Think also that the least money the founder gets off the table, the investor
gets lets capital into his investment itself, he is interested in getting as
much money into the business itself, not into the founders pockets.

Arent the investors preferences clear in this point? HE prefers the founder
not to get money off the table, and puts a requirement on it.

Another way to put it, he recommends a course of action, but is he the one
adding extra money so that course of action goes to his preference? If he is,
then by all means its at least a great gesture.

Addition: and also, think of it the other way around. What if a founder told
the investors "you are not getting any money unless my employees are getting
money as well". Becuase thats not how the deals are structured nowadays.

------
xbeta
My experience tells me Airbnb is in big trouble.

Last year around Nov, I tried to book a Lake Tahoe cabin for 2 families (1 is
mine, another is a friend's) for a simple trip for our young children.
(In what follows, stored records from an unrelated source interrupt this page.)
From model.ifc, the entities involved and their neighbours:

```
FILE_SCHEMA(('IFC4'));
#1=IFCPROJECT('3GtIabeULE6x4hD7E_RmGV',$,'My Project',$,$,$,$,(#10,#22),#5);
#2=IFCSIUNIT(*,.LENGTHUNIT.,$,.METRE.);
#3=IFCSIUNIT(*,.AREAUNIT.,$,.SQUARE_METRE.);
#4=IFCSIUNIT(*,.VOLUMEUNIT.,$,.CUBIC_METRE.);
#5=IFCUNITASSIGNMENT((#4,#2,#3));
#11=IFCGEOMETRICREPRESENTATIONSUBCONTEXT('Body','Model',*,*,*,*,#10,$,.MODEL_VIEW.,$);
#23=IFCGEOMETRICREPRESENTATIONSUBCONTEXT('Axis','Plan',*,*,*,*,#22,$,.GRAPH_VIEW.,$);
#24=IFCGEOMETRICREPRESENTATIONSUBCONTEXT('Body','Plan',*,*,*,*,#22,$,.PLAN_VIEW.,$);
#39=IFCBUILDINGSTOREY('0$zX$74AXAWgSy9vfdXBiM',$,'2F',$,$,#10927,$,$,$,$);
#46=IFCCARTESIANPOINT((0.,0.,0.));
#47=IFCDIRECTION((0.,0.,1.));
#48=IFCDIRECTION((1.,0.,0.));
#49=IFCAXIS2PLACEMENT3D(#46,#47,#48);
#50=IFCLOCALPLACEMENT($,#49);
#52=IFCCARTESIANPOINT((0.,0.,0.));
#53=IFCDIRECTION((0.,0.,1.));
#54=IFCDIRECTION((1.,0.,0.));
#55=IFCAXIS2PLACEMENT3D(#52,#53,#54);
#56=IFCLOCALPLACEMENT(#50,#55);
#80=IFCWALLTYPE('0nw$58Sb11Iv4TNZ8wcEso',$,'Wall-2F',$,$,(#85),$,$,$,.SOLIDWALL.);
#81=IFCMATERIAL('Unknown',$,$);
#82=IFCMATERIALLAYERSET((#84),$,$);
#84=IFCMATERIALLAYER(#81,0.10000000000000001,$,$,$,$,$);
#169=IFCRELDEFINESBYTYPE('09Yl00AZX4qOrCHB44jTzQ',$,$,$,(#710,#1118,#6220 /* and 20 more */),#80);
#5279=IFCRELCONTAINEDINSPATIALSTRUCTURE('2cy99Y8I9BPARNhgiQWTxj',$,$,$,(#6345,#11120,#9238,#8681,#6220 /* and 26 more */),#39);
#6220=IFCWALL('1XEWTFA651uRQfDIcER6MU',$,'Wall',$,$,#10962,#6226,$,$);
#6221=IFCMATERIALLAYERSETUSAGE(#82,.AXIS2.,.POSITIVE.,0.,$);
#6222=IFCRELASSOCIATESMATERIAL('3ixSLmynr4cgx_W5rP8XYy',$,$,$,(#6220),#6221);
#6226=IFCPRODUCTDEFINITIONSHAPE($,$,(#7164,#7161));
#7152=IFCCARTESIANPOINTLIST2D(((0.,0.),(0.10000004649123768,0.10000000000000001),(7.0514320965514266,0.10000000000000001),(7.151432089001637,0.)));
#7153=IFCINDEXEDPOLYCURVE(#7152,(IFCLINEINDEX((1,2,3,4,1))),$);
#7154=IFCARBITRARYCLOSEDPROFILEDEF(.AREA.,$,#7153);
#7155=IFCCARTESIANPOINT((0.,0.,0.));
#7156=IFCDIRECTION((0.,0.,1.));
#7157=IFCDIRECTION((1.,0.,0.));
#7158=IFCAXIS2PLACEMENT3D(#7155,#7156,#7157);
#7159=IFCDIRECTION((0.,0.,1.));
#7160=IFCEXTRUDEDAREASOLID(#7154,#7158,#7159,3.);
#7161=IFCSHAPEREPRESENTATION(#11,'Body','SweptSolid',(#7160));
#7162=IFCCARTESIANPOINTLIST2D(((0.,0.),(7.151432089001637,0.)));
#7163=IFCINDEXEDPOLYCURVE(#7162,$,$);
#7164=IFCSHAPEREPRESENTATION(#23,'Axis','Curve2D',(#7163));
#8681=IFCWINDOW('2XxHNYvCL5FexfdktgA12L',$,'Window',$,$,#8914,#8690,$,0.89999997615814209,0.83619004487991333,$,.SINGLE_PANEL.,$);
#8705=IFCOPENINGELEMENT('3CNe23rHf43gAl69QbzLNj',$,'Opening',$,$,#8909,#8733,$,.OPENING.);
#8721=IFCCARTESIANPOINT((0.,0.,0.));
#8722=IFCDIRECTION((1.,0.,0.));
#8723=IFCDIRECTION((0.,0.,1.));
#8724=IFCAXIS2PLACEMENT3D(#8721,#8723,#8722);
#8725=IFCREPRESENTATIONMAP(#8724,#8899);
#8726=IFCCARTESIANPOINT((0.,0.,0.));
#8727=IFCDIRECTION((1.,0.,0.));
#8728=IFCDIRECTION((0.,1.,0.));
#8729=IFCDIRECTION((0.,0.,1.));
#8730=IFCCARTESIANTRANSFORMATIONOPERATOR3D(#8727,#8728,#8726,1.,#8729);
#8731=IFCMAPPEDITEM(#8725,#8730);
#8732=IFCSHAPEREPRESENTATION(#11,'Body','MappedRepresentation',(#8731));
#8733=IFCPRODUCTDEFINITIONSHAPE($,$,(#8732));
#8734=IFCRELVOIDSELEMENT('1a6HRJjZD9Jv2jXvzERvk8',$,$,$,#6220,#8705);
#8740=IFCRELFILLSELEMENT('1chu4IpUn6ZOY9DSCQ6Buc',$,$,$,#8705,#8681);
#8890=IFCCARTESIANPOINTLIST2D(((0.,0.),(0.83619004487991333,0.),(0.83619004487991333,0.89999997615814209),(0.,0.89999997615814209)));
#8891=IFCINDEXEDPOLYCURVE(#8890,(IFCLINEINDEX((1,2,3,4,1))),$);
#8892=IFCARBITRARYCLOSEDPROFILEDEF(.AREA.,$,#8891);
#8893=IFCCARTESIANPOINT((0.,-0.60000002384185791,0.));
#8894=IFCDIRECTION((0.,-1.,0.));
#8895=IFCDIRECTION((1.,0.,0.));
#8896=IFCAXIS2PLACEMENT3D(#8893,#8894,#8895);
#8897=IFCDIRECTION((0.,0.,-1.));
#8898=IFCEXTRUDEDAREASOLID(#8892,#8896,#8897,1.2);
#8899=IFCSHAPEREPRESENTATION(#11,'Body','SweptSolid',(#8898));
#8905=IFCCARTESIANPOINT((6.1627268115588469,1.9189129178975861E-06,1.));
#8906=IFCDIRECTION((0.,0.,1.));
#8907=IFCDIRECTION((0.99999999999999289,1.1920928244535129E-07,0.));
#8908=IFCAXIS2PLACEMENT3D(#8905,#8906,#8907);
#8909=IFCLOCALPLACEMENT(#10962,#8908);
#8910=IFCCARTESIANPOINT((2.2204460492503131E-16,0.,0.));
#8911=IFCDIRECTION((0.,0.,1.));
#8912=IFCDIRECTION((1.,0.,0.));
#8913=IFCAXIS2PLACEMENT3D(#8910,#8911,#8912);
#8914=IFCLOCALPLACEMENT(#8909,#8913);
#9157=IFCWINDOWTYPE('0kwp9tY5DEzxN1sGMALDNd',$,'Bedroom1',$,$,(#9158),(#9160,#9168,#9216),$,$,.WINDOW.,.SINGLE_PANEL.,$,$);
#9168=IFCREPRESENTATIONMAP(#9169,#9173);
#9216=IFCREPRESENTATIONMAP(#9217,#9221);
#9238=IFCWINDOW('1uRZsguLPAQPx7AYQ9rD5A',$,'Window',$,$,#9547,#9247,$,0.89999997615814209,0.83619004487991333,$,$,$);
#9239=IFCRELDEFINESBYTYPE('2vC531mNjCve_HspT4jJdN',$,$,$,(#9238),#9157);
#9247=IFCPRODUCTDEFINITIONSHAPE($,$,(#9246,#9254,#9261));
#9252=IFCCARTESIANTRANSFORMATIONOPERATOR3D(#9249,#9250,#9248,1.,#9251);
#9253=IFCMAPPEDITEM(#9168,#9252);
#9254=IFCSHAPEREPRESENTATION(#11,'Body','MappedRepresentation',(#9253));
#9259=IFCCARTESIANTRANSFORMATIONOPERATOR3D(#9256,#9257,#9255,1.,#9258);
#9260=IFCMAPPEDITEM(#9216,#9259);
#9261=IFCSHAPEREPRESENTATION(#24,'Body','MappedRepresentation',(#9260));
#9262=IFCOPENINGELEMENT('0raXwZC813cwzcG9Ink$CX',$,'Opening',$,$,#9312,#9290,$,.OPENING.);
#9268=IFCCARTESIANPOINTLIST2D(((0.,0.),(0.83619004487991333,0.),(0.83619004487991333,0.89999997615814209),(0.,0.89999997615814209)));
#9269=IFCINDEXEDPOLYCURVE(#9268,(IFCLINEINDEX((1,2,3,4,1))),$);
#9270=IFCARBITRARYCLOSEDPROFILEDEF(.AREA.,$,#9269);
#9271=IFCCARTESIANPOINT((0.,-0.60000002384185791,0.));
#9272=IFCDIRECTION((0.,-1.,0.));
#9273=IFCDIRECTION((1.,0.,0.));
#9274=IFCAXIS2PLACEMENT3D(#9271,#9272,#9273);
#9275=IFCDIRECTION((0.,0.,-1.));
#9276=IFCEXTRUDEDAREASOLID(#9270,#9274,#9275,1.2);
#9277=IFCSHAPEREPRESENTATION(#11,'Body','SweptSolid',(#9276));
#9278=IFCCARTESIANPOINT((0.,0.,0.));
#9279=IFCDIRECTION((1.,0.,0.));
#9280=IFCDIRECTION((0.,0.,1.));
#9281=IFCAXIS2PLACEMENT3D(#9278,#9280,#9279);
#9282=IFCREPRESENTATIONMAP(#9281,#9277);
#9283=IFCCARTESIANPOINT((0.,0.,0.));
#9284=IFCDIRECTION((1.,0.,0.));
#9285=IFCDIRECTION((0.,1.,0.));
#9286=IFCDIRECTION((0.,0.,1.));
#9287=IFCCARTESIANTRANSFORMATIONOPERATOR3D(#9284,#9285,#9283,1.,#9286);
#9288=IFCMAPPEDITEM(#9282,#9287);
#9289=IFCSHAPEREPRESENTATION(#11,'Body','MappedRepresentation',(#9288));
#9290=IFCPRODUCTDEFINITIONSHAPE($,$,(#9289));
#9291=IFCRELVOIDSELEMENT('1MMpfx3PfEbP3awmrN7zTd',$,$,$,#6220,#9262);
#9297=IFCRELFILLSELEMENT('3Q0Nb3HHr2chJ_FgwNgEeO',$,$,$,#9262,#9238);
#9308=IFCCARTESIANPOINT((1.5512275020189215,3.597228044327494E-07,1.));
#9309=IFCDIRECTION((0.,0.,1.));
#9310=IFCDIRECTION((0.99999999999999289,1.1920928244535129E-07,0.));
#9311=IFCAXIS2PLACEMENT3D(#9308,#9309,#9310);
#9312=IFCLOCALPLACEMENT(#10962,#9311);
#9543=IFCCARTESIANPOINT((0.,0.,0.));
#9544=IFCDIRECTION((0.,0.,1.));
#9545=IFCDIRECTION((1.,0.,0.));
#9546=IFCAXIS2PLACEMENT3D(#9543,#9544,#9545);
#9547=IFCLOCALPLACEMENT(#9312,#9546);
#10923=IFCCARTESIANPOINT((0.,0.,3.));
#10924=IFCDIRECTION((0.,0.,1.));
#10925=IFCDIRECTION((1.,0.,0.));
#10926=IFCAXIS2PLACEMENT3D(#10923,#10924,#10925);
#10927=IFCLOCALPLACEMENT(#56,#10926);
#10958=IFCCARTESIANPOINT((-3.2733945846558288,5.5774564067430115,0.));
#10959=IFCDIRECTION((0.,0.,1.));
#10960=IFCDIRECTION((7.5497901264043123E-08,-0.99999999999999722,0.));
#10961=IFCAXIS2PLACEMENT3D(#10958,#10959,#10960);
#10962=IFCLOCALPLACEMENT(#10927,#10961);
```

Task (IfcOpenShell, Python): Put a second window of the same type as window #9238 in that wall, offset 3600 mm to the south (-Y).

```python
import ifcopenshell
import ifcopenshell.api.feature
import ifcopenshell.api.geometry
import ifcopenshell.api.root
import ifcopenshell.geom
import ifcopenshell.util.element
import ifcopenshell.util.placement
import ifcopenshell.util.shape

model = ifcopenshell.open("model.ifc")
settings = ifcopenshell.geom.settings()


def volume(element):
    """Net volume in cubic metres, openings subtracted."""
    shape = ifcopenshell.geom.create_shape(settings, element)
    return ifcopenshell.util.shape.get_volume(shape.geometry)


window = model.by_guid("1uRZsguLPAQPx7AYQ9rD5A")
opening = window.FillsVoids[0].RelatingOpeningElement
wall = opening.VoidsElements[0].RelatingBuildingElement
before = volume(wall)
shift = ifcopenshell.util.placement.get_local_placement(wall.ObjectPlacement)[:3, 0] * 3.6

# copy_class copies the void relationship, type, container and properties, but no geometry.
new_opening = ifcopenshell.api.root.copy_class(model, product=opening)
new_opening.Representation = ifcopenshell.util.element.copy_deep(
    model, opening.Representation, exclude=["IfcGeometricRepresentationContext", "IfcRepresentationMap"]
)
new_window = ifcopenshell.api.root.copy_class(model, product=window)
new_window.Representation = ifcopenshell.util.element.copy_deep(
    model, window.Representation, exclude=["IfcGeometricRepresentationContext", "IfcRepresentationMap"]
)
ifcopenshell.api.feature.add_filling(model, opening=new_opening, element=new_window)

for old, new in ((opening, new_opening), (window, new_window)):
    matrix = ifcopenshell.util.placement.get_local_placement(old.ObjectPlacement)
    matrix[:3, 3] += shift
    ifcopenshell.api.geometry.edit_object_placement(model, product=new, matrix=matrix, is_si=False)

after = volume(wall)

print(f"wall volume {before:.3f} -> {after:.3f} m3")

model.write("model-out.ifc")
```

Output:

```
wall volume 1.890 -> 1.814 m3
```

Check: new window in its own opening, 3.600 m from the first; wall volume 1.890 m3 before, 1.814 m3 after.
I booked via Airbnb few days in advanced. The day before driving to Tahoe, we
even called Airbnb to confirm that the listing is OK. The host accepted, but
didn't answer to any of our questions.

The next morning when we woke up, we packed everything, then out of bad habit,
I opened up the app and checked again. I was caught on surprised that the host
cancelled, just 4 hrs before our suppose arrival time. We were very shocked
and pissed. I was booking for a friend's family and it was very embarrassed. I
immediately contacted Airbnb support, and all they call do for me was to give
me $100 back for my NEXT reservation. And they couldn't do anything about my
existing. I thought they would put a penalty on Airbnb's host who cancelled on
us in less than 24 hrs, but they said they don't have such policy. I was upset
because I knew they had such policy for the renter. They also mentioned the
best they can do is to find me the next 10 houses to book in the similar
location, but cost 3x more as it is bit last minute. They did not anything
else to help me.

I was very upset and went to Homeaway.com and found something immediately,
even cheaper than the original reservation I had with Airbnb.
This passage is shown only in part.